P(C|X) = [ P(X|C) × P(C) ] / P(X)
  • P(C|X): Posterior probability of class C given features X.
  • P(X|C): Likelihood — probability of features X given class C.
  • P(C): Prior probability of class C.
  • P(X): Evidence (normalizing constant, same for all classes).

Types of Naive Bayes

Gaussian

Features are continuous. Assumes a normal distribution.

P(xᵢ|C) = (1 / √(2πσ²)) * exp( -(xᵢ-μ)² / 2σ² )
Multinomial

Features are discrete counts. Common for text classification (word frequencies).

Bernoulli

Features are binary (0 or 1). Models presence/absence of features.

Solved Example: Weather Dataset

Problem: Predict if the player should play when the weather outlook is Sunny.
(Dataset: 7 total instances. 6 Yes, 1 No. Outlook Sunny appears 2 times in Yes, 1 time in No.)

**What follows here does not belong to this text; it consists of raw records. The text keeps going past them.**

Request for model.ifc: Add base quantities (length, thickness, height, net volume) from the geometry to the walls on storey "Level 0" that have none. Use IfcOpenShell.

First a look at what the model holds.

```python
import ifcopenshell
import ifcopenshell.util.element
import ifcopenshell.util.unit

model = ifcopenshell.open("model.ifc")
print(model.schema)
for unit_type in ("LENGTHUNIT", "AREAUNIT", "VOLUMEUNIT"):
    print(unit_type, ifcopenshell.util.unit.calculate_unit_scale(model, unit_type))
storey = next(s for s in model.by_type("IfcBuildingStorey") if s.Name == "Level 0")
walls = [e for e in ifcopenshell.util.element.get_decomposition(storey) if e.is_a("IfcWall")]
for e in sorted(walls, key=lambda e: e.id()):
    print(e.id(), e.is_a(), e.Name, list(ifcopenshell.util.element.get_psets(e, qtos_only=True)), sep=" | ")
```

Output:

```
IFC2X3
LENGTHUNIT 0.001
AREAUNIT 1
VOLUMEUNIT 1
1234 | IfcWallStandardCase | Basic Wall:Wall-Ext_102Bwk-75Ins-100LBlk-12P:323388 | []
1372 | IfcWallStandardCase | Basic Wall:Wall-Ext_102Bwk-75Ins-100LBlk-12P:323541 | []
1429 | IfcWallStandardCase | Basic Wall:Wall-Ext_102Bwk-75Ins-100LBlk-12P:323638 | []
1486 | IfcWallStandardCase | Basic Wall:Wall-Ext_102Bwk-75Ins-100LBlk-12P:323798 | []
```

```python
import ifcopenshell
import ifcopenshell.api.pset
import ifcopenshell.geom
import ifcopenshell.util.element
import ifcopenshell.util.shape
import ifcopenshell.util.unit

model = ifcopenshell.open("model.ifc")
unit_scale = ifcopenshell.util.unit.calculate_unit_scale(model)
volume_scale = ifcopenshell.util.unit.calculate_unit_scale(model, "VOLUMEUNIT")
settings = ifcopenshell.geom.settings()

storey = next(s for s in model.by_type("IfcBuildingStorey") if s.Name == "Level 0")
walls = [e for e in ifcopenshell.util.element.get_decomposition(storey) if e.is_a("IfcWall")]

for e in sorted(walls, key=lambda e: e.id()):
    if ifcopenshell.util.element.get_psets(e, qtos_only=True, should_inherit=False):
        continue
    # Geometry comes back in metres, in the element's own axes.
    shape = ifcopenshell.geom.create_shape(settings, e)
    values = {
        "Length": ifcopenshell.util.shape.get_x(shape.geometry) / unit_scale,
        "Width": ifcopenshell.util.shape.get_y(shape.geometry) / unit_scale,
        "Height": ifcopenshell.util.shape.get_z(shape.geometry) / unit_scale,
        "NetVolume": ifcopenshell.util.shape.get_volume(shape.geometry) / volume_scale,
    }
    qto = ifcopenshell.api.pset.add_qto(model, product=e, name="BaseQuantities")
    ifcopenshell.api.pset.edit_qto(model, qto=qto, properties=values)
    print(e.id(), {k: round(v, 3) for k, v in values.items()})

model.write("model_edited.ifc")
```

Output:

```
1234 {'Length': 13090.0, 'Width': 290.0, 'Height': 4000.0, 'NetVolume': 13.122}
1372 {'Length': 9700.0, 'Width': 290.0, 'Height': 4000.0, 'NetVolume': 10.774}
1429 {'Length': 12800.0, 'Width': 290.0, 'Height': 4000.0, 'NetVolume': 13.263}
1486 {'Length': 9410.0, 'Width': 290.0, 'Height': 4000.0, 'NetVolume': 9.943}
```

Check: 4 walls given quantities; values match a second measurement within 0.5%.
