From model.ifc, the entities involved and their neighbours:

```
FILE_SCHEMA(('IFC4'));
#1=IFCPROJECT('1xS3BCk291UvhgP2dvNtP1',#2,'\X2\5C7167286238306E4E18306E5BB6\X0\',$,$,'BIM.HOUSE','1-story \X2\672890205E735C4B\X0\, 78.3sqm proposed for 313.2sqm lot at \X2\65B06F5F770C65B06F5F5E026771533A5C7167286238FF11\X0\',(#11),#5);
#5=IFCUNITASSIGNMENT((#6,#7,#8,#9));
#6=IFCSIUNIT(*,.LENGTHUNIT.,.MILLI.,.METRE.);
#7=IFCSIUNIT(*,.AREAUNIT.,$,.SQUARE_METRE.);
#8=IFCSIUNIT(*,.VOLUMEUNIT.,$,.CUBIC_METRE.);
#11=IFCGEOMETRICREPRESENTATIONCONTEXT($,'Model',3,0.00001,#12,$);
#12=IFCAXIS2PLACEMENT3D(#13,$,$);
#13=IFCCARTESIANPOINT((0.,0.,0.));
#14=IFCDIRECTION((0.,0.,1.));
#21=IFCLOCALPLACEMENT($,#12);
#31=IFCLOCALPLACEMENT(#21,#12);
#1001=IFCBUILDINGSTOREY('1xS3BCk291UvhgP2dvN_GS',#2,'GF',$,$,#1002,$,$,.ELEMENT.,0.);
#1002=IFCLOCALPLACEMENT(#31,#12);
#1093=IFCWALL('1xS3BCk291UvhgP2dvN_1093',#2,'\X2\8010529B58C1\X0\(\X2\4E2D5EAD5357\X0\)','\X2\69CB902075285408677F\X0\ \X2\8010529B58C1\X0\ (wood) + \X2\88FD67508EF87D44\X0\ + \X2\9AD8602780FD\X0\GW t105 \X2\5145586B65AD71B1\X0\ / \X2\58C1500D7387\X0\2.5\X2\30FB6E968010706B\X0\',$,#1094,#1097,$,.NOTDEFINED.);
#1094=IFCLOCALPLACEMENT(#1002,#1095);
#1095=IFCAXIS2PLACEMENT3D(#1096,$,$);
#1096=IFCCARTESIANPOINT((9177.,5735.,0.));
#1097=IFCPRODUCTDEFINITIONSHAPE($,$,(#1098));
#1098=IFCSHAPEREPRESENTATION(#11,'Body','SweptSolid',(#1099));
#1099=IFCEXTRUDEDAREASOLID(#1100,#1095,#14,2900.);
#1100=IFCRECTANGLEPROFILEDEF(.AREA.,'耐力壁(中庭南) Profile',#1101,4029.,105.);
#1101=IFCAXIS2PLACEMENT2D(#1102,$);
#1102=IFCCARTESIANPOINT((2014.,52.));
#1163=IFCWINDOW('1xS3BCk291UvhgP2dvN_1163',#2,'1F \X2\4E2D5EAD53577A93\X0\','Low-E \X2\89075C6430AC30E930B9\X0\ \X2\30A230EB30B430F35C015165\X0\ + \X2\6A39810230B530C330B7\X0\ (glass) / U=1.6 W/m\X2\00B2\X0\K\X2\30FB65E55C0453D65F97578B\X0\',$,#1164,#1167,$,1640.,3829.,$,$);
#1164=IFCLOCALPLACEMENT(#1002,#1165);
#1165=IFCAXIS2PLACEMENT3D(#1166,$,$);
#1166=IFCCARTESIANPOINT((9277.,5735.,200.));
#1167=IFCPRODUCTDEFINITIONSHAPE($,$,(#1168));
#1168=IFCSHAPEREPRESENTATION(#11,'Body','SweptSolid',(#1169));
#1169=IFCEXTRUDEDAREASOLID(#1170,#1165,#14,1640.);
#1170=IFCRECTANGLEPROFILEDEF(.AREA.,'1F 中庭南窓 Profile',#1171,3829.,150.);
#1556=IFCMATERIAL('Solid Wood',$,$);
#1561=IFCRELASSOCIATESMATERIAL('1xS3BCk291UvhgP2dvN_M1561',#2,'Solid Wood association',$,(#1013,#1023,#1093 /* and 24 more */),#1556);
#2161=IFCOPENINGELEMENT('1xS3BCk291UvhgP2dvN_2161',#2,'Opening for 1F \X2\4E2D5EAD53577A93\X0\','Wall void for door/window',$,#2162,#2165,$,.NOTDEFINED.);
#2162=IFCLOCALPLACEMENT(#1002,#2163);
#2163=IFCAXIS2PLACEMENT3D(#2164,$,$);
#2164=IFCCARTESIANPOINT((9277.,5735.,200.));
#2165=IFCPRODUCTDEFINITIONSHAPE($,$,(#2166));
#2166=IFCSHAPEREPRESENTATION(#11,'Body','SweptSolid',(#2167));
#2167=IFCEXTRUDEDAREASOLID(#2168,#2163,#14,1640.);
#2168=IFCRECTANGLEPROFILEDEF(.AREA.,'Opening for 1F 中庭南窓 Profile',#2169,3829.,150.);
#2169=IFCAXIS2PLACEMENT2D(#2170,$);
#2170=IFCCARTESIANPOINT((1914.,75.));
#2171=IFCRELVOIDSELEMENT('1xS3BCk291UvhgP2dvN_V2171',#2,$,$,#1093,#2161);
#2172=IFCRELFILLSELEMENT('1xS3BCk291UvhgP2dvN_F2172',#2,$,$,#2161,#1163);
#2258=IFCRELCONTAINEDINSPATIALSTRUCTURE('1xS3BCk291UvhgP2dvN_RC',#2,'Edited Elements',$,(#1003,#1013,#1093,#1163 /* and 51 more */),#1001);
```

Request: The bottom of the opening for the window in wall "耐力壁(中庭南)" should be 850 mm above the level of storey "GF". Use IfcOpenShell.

```python
import numpy as np
import ifcopenshell
import ifcopenshell.api.geometry
import ifcopenshell.geom
import ifcopenshell.util.element
import ifcopenshell.util.placement
import ifcopenshell.util.shape
import ifcopenshell.util.unit

model = ifcopenshell.open("model.ifc")
unit_scale = ifcopenshell.util.unit.calculate_unit_scale(model)

window = model.by_guid("1xS3BCk291UvhgP2dvN_1163")
opening = window.FillsVoids[0].RelatingOpeningElement
storey = ifcopenshell.util.element.get_container(window, ifc_class="IfcBuildingStorey")
level = ifcopenshell.util.placement.get_local_placement(storey.ObjectPlacement)[2, 3]

# The opening's origin need not be at the sill, so measure its lowest point.
shape = ifcopenshell.geom.create_shape(ifcopenshell.geom.settings(), opening)
bottom = ifcopenshell.util.shape.get_shape_bottom_elevation(shape, shape.geometry) / unit_scale
dz = level + 850.0 - bottom

shift = np.array([0.0, 0.0, dz])
# The window is not placed relative to its opening, so move both.
for product in (opening, window):
    matrix = ifcopenshell.util.placement.get_local_placement(product.ObjectPlacement)
    matrix[:3, 3] += shift
    ifcopenshell.api.geometry.edit_object_placement(model, product=product, matrix=matrix, is_si=False)

print(f"moved by {dz * unit_scale:+.3f} m")

model.write("model_updated.ifc")
```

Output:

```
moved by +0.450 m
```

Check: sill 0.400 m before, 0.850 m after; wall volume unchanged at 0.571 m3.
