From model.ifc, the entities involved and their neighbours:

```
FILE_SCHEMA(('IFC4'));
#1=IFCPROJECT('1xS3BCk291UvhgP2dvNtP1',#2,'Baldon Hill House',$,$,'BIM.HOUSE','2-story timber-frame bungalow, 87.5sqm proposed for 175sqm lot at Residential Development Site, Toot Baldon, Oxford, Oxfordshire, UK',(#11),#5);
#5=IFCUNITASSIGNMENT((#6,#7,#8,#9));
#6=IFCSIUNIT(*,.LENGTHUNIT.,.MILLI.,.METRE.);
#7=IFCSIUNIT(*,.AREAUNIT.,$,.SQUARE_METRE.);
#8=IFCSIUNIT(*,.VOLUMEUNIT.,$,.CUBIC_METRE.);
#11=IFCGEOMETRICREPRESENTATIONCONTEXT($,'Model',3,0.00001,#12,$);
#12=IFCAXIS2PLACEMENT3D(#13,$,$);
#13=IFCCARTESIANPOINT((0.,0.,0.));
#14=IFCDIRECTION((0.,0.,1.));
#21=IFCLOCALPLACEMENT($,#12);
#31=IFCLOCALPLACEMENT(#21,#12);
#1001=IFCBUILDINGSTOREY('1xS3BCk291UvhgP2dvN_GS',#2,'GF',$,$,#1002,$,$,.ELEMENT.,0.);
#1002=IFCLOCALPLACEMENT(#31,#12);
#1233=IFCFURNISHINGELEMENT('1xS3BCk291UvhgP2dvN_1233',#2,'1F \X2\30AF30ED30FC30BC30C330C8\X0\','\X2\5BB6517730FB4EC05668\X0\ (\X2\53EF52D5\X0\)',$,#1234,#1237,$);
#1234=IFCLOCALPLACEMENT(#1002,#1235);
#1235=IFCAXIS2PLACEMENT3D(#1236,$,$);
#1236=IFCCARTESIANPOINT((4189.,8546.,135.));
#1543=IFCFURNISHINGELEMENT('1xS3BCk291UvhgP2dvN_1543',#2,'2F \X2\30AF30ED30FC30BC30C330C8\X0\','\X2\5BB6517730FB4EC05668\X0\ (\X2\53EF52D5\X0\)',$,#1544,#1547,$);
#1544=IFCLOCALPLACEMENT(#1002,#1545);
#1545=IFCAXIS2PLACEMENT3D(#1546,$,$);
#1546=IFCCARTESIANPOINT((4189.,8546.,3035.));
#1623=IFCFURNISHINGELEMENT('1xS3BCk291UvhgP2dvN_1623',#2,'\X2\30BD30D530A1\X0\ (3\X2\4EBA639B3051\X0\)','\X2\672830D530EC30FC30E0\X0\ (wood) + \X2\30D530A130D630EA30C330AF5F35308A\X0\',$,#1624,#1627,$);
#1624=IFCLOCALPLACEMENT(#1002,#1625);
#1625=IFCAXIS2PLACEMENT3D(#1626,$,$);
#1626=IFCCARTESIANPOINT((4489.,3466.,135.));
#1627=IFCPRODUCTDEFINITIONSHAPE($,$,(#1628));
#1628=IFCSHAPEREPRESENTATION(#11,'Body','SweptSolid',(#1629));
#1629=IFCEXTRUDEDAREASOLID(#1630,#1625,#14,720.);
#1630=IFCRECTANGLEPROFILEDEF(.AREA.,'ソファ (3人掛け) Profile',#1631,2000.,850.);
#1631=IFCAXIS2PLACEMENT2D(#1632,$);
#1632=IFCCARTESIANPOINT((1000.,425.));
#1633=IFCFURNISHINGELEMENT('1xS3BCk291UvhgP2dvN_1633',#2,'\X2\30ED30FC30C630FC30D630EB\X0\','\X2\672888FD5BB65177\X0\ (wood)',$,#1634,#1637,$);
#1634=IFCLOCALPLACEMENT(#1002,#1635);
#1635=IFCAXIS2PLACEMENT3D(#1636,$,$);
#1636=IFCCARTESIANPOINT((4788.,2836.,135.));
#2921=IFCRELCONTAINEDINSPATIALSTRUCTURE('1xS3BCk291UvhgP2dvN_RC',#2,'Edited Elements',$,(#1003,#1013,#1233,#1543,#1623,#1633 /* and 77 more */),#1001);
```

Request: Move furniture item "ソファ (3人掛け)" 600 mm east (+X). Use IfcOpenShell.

```python
import ifcopenshell
import ifcopenshell.api.geometry
import ifcopenshell.util.placement
import ifcopenshell.util.unit

model = ifcopenshell.open("model.ifc")
unit_scale = ifcopenshell.util.unit.calculate_unit_scale(model)

item = model.by_guid("1xS3BCk291UvhgP2dvN_1623")
matrix = ifcopenshell.util.placement.get_local_placement(item.ObjectPlacement)
matrix[0, 3] += 0.6 / unit_scale
ifcopenshell.api.geometry.edit_object_placement(model, product=item, matrix=matrix, is_si=False)

print(ifcopenshell.util.placement.get_local_placement(item.ObjectPlacement).round(3) + 0.0)

model.write("model_v2.ifc")
```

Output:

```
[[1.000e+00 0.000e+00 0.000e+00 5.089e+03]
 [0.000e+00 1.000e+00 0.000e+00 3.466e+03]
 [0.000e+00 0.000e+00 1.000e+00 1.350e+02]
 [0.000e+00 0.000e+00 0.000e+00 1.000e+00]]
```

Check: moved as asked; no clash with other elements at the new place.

  1. Priors: P(Play=Yes) = 6/7 ≈ 0.857, P(Play=No) = 1/7 ≈ 0.143
  2. Likelihoods: P(Sunny|Yes) = 2/6 ≈ 0.333, P(Sunny|No) = 1/1 = 1.0
  3. Apply Theorem (ignore evidence):
    • P(Yes|Sunny) ∝ 0.333 × 0.857 ≈ 0.2857
    • P(No|Sunny) ∝ 1.0 × 0.143 ≈ 0.143
  4. Normalize: Total = 0.2857 + 0.143 = 0.4287
    • P(Yes|Sunny) = 0.2857 / 0.4287 ≈ 0.667 (66.7%)
    • P(No|Sunny) = 0.143 / 0.4287 ≈ 0.333 (33.3%)

Conclusion: Player SHOULD PLAY.

Laplace Smoothing

If a feature value never appears in a class during training, its probability is 0, which zeros out the entire product. Solution: Add a small constant α (usually 1) to all counts.